I'm not saying the new homes, and everything is not part of our winter range problem, it is, but you can winter deer in a parking lot with next to no food, if they come in off the summer and fall ranges in good shape. Same goes for the elk and moose as well. Winter ranges maintain animals. If they are required to build animals, which is what is being required of them right now, because the animals are in poor shape, then we are asking too much of the winter range. Like I said, all we need are parking lots, as long as the animals come in in good shape, which they did not, which is why we need supplemental feeding and minerals to get the ones that can make it, through this winter.
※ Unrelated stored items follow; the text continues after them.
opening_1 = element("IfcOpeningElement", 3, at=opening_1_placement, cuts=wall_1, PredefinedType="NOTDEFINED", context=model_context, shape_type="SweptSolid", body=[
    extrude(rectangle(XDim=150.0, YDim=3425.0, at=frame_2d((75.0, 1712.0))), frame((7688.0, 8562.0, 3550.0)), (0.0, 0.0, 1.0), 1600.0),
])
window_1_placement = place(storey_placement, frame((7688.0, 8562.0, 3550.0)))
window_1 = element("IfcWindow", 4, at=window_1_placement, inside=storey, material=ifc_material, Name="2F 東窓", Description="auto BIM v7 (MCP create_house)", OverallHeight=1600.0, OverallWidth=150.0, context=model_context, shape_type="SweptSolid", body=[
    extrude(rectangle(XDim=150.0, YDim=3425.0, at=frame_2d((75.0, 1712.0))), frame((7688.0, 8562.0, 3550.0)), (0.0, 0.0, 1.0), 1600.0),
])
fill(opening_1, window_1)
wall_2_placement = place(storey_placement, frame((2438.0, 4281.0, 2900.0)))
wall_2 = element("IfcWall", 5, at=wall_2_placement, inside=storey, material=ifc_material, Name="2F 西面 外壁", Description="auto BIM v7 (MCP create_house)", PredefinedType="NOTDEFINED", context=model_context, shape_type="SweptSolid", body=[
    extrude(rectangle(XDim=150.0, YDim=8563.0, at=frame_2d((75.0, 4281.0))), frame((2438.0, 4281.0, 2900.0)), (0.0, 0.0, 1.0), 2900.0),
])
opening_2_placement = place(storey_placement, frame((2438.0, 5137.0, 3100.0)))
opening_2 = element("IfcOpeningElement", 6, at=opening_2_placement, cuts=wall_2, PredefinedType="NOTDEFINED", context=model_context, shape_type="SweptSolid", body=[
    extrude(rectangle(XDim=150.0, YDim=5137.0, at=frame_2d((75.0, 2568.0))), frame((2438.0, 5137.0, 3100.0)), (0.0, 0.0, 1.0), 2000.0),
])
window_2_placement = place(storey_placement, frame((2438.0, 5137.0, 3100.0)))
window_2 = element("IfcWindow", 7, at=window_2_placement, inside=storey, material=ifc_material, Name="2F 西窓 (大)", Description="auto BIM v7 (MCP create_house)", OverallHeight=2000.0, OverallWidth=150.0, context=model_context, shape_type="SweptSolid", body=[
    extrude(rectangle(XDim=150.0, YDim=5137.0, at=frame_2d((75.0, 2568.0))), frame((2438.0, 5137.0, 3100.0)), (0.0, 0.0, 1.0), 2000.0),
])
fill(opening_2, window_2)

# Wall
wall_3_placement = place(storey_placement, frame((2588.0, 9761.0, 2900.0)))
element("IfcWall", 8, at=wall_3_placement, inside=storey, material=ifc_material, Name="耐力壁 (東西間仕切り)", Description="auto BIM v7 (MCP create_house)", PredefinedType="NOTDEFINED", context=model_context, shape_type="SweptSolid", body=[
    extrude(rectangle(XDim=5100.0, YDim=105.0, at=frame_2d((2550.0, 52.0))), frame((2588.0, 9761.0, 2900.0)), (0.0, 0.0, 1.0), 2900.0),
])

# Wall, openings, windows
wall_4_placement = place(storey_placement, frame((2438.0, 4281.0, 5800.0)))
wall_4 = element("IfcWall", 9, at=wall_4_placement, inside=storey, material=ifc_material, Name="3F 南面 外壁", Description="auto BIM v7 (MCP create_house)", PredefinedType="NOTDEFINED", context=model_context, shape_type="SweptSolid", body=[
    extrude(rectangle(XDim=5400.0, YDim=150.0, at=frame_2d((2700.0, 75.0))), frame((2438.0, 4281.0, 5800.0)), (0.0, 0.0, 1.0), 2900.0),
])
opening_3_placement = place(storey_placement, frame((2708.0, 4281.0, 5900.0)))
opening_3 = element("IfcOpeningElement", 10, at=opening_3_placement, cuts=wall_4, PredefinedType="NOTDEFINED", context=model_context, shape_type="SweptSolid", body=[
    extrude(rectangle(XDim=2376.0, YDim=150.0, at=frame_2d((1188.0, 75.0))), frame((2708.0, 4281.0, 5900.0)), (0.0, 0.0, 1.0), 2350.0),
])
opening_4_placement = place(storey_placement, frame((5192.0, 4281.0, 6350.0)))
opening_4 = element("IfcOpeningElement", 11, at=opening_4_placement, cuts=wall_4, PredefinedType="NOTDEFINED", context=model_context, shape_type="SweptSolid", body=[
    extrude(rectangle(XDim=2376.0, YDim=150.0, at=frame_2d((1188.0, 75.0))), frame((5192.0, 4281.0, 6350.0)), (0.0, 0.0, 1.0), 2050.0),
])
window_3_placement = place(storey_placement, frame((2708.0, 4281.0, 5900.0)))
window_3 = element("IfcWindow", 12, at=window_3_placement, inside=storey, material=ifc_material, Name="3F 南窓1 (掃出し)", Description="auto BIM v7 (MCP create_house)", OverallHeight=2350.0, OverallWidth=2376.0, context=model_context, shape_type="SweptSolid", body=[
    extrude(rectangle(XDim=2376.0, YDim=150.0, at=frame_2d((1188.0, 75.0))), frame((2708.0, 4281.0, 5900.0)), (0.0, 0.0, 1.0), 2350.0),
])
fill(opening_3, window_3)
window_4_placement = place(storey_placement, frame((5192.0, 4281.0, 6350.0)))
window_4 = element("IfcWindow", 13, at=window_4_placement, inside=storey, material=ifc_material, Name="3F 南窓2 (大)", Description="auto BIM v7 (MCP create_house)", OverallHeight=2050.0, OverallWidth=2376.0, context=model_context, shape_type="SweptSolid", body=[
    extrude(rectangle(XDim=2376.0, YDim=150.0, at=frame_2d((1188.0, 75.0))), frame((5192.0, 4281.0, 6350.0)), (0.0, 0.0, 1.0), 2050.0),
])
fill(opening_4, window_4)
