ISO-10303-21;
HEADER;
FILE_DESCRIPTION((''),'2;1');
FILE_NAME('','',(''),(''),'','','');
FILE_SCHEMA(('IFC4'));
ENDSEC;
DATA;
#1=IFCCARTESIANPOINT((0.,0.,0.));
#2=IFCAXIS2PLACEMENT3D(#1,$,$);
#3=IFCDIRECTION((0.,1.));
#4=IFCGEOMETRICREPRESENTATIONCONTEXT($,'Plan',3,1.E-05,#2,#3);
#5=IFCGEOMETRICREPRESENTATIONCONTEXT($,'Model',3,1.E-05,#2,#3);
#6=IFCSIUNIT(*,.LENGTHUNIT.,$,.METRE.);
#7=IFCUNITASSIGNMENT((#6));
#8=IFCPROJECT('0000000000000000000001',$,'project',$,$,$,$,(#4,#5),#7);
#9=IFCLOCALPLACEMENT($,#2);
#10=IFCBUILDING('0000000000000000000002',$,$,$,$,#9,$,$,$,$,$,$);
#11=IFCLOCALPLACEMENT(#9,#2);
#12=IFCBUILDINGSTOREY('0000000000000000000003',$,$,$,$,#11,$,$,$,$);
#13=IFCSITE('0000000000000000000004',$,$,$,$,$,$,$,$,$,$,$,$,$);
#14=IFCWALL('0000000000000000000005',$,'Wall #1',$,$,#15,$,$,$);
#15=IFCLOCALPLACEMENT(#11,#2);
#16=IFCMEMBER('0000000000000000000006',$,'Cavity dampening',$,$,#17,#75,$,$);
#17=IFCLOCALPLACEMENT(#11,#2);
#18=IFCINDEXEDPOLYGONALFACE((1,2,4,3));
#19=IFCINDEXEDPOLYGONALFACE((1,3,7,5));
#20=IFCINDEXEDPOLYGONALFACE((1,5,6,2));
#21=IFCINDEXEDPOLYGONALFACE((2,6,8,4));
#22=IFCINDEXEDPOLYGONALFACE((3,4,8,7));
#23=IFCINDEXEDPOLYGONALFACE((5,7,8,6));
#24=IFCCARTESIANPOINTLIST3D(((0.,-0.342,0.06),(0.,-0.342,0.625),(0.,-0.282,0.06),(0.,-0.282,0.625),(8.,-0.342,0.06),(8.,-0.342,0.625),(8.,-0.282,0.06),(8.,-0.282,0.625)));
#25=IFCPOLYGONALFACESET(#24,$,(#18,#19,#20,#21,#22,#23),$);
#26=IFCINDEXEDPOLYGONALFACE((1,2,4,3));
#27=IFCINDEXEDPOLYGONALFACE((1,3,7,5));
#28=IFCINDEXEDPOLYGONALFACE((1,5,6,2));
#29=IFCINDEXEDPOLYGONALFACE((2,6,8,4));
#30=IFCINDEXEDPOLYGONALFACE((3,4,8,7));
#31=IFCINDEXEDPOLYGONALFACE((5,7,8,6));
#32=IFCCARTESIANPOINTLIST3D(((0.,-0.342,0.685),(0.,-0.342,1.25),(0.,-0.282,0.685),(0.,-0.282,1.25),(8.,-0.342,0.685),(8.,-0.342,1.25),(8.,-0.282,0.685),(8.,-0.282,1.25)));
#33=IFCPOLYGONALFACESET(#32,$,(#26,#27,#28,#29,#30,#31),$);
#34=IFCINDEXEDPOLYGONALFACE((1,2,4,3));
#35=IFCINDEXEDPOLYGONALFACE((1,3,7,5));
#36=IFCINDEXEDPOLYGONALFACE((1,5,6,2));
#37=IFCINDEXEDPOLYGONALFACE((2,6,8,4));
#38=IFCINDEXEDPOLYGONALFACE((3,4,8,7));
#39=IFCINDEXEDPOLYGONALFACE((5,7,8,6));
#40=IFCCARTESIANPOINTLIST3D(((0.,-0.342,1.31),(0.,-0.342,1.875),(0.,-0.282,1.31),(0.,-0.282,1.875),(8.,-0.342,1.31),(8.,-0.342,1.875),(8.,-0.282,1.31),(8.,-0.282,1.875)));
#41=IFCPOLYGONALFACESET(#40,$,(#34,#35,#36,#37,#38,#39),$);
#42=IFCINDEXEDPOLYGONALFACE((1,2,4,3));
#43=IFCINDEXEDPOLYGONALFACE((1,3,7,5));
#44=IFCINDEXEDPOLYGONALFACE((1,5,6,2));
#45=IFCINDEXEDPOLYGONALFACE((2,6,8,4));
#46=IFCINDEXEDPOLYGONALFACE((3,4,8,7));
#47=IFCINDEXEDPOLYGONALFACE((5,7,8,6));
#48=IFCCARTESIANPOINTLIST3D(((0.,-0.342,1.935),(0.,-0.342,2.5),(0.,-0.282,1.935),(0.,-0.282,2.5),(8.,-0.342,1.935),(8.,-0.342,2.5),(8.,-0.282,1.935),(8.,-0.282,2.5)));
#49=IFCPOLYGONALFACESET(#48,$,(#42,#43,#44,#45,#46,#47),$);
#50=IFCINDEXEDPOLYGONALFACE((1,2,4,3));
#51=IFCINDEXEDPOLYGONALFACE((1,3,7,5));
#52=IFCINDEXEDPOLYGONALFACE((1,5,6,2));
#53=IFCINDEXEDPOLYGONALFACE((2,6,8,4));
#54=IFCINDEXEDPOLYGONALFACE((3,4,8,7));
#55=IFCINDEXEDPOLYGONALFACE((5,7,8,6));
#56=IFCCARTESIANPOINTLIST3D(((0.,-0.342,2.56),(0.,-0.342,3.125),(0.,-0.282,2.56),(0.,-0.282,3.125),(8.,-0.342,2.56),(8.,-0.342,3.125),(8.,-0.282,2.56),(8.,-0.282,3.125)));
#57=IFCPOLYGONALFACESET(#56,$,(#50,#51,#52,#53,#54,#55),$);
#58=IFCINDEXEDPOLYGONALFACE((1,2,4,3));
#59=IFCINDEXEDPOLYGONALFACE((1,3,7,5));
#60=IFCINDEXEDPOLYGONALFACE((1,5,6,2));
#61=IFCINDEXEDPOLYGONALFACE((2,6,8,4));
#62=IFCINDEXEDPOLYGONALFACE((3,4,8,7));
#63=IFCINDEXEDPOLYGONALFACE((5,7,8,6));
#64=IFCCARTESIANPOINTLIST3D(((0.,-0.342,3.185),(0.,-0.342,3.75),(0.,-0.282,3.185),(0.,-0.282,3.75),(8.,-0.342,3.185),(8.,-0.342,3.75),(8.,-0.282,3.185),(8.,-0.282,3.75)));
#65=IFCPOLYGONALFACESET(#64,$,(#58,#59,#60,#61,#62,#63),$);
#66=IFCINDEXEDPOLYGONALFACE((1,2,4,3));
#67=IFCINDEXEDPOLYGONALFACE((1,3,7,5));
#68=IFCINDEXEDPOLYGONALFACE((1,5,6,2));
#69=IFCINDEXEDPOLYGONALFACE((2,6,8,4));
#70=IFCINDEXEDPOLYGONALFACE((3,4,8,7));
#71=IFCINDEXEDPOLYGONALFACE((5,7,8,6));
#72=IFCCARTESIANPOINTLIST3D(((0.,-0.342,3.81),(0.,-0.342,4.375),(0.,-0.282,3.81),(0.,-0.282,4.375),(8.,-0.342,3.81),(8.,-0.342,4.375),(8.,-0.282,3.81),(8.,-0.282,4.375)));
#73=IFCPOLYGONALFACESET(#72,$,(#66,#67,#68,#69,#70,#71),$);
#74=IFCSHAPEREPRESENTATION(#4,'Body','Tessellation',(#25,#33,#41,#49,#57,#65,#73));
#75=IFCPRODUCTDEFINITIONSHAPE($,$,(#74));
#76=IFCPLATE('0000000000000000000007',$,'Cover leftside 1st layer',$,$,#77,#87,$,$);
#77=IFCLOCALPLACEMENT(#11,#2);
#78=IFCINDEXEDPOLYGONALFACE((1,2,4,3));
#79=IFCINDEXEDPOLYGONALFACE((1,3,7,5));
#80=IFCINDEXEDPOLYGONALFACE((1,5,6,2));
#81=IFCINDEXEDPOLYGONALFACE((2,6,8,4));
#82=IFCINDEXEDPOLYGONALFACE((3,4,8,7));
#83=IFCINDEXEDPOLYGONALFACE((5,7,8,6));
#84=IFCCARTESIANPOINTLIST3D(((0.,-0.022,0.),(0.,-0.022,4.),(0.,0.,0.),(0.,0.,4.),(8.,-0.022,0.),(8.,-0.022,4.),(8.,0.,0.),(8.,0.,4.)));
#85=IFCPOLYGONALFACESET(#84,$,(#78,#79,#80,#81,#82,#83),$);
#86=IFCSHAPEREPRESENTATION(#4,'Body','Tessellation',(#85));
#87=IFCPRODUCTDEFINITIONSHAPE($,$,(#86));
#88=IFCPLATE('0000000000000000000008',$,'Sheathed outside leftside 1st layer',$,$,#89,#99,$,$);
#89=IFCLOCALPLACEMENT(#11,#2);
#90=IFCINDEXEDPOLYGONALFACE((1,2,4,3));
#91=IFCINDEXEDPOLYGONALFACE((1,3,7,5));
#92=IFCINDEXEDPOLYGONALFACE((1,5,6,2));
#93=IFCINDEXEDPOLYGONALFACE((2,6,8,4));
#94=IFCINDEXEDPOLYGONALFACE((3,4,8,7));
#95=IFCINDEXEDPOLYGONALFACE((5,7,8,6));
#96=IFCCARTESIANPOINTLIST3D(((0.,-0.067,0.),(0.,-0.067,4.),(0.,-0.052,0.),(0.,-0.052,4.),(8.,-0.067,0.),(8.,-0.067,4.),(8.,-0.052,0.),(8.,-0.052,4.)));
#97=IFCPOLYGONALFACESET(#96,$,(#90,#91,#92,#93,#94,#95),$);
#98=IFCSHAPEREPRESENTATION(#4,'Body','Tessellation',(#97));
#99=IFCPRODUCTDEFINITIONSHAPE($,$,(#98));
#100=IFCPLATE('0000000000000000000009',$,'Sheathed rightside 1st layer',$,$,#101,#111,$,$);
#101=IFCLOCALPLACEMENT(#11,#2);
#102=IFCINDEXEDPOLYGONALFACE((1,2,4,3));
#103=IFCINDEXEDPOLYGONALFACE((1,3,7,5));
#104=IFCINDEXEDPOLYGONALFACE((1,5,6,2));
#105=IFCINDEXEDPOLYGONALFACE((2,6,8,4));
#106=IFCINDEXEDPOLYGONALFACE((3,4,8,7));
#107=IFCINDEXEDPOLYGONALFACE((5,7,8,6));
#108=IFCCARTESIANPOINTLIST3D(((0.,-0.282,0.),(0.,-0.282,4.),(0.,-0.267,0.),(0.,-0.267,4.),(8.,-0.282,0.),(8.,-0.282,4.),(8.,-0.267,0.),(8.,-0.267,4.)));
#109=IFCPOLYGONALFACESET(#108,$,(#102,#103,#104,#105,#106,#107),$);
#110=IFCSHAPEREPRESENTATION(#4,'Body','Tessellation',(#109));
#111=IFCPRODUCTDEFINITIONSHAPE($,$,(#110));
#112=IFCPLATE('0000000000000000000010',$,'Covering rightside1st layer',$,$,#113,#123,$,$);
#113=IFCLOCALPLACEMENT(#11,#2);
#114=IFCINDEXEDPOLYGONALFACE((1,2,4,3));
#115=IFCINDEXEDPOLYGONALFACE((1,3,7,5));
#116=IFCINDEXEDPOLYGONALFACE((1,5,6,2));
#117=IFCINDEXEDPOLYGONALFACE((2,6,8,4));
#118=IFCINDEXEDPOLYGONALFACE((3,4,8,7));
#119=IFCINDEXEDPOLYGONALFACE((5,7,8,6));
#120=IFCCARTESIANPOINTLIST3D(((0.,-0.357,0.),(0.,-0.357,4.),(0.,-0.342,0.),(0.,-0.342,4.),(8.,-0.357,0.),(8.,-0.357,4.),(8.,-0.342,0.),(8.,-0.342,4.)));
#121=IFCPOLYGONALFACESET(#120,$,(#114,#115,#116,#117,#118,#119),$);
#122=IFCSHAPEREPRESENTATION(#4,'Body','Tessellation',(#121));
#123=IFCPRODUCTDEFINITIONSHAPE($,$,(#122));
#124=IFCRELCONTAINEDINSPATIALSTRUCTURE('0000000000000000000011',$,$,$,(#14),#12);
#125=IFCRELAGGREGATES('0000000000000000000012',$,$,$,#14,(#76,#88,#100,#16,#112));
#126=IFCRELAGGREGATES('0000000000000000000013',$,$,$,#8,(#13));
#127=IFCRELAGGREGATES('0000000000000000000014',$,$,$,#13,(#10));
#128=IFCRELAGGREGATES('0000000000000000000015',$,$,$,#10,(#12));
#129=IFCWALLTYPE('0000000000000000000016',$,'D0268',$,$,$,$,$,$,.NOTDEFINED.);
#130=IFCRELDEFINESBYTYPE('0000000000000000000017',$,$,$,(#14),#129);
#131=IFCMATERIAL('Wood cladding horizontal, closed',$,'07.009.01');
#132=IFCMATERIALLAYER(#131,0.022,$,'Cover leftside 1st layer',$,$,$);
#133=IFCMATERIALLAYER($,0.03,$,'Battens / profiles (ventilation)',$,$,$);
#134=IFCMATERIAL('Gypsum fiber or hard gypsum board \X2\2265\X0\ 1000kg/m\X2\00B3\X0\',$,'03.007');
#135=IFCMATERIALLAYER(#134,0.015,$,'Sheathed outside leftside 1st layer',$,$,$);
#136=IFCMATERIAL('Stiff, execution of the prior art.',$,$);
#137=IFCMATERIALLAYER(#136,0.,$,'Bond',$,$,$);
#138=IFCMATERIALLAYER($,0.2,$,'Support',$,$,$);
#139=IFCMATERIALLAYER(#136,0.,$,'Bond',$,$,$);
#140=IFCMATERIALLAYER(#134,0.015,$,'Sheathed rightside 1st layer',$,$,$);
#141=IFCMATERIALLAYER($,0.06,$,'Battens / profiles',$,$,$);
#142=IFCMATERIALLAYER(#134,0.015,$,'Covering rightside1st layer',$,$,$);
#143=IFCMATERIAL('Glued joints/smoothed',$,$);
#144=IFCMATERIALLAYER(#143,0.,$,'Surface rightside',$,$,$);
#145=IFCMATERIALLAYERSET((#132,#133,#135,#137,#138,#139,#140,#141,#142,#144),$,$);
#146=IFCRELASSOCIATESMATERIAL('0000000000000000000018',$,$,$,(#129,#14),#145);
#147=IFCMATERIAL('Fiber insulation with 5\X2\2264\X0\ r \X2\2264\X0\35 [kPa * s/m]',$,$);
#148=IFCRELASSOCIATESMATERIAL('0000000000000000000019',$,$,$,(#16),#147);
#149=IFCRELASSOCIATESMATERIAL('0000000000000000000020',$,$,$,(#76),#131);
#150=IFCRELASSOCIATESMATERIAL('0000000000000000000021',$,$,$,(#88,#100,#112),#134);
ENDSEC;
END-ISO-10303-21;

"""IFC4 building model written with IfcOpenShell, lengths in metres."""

from ifc_helpers import new_model, si_unit, direction, frame, frame_2d, origin, origin_with_axes, place, context, project, spatial, rectangle, extrude, material, layer, layer_set, type_object, element, aggregate, save


model = new_model("IFC4")

# Units and contexts
plan_context = context("Plan", 3, precision=1e-05, world=origin(), true_north=direction((0.0, 1.0)))
model_context = context("Model", 3, precision=1e-05, world=origin(), true_north=direction((0.0, 1.0)))
ifc_project = project(units=[si_unit("LENGTHUNIT", "METRE")], contexts=[plan_context, model_context])

# Site, building, storey
site = spatial("IfcSite", under=ifc_project)
building_placement = place(None, origin())
building = spatial("IfcBuilding", under=site, at=building_placement)
storey_placement = place(building_placement, origin())
storey = spatial("IfcBuildingStorey", under=building, at=storey_placement)

# Wall, member, plates
ifc_material_1 = material(Name="Wood cladding horizontal, closed", Category="07.009.01")
ifc_layer_1 = layer(ifc_material_1, 0.022, Name="Cover leftside 1st layer")
ifc_layer_2 = layer(None, 0.03, Name="Battens / profiles (ventilation)")
ifc_material_2 = material(Name="Gypsum fiber or hard gypsum board ≥ 1000kg/m³", Category="03.007")
ifc_layer_3 = layer(ifc_material_2, 0.015, Name="Sheathed outside leftside 1st layer")
ifc_material_3 = material(Name="Stiff, execution of the prior art.")
ifc_layer_4 = layer(ifc_material_3, 0.0, Name="Bond")
ifc_layer_5 = layer(None, 0.2, Name="Support")
ifc_layer_6 = layer(ifc_material_3, 0.0, Name="Bond")
ifc_layer_7 = layer(ifc_material_2, 0.015, Name="Sheathed rightside 1st layer")
ifc_layer_8 = layer(None, 0.06, Name="Battens / profiles")
ifc_layer_9 = layer(ifc_material_2, 0.015, Name="Covering rightside1st layer")
ifc_material_4 = material(Name="Glued joints/smoothed")
ifc_layer_10 = layer(ifc_material_4, 0.0, Name="Surface rightside")
ifc_layer_set = layer_set([ifc_layer_1, ifc_layer_2, ifc_layer_3, ifc_layer_4, ifc_layer_5, ifc_layer_6, ifc_layer_7, ifc_layer_8, ifc_layer_9, ifc_layer_10])
wall_type = type_object("IfcWallType", Name="D0268", PredefinedType="NOTDEFINED", material=ifc_layer_set)
wall_placement = place(None, frame((0.0, 0.0, 0.0), z_axis=(0.0, -1.0, 0.0), x_axis=(1.0, 0.0, 0.0)))
wall = element("IfcWall", 1, at=wall_placement, inside=storey, type_object=wall_type, material=ifc_layer_set, Name="Wall #1")
ifc_material_5 = material(Name="Fiber insulation with 5≤ r ≤35 [kPa * s/m]")
member_1_placement = place(wall_placement, origin())
member_1 = element("IfcMember", 2, at=member_1_placement, material=ifc_material_5, Name="Cavity dampening", context=plan_context, shape_type="SweptSolid", body=[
Edit: Specific example of elk being in places other than expected: There are two bulls(of about 15) wintering on elk ridge right above the Browning scout camp. These were the elk digging in the dirt. One of them has a white ear tag from Hardware ranch, and another appears to have a yellow one. Now I don't know where these elk summered, and we have seen several ear tagged elk South of 39 in recent years, but we know where they have wintered in the past. I would blame these elk ending up where they are on how these storms have played out, not that they went to those ridges to eat dirt. And that after ending up on those wind blown, South facing ridges with less snow than other places, they then also ended up feeling the strain of not getting the minerals they needed in the feed available. This would be because they could have been in marginal shape, and the saturated ground conditions were further lowering mineral content in the available feed, causing them to dig in the dirt to get minerals. If these elk were in top shape, and maybe they are(they were a long ways out), then the lack of minerals and nutrition will be a minor issue for them. But if they are poor to marginal in health, this will be the death nail for them, along with all the other issues they face. The big thing being we have a role in many of the things driving down these animals health, and we have the ability to mitigate some of those conditions right now, at least in some places.


----------



## Lonetree (Dec 4, 2010)

How do you know bearings need grease?

Additional feeding has begun: http://www.ksl.com/?sid=42991541&ni...-poachers-while-feeding-deer-in-harsh-weather

Mark my words, we are not doing enough on the mineral side. If you feed without additional supplementation you run the risk of making things worse in some of these cases.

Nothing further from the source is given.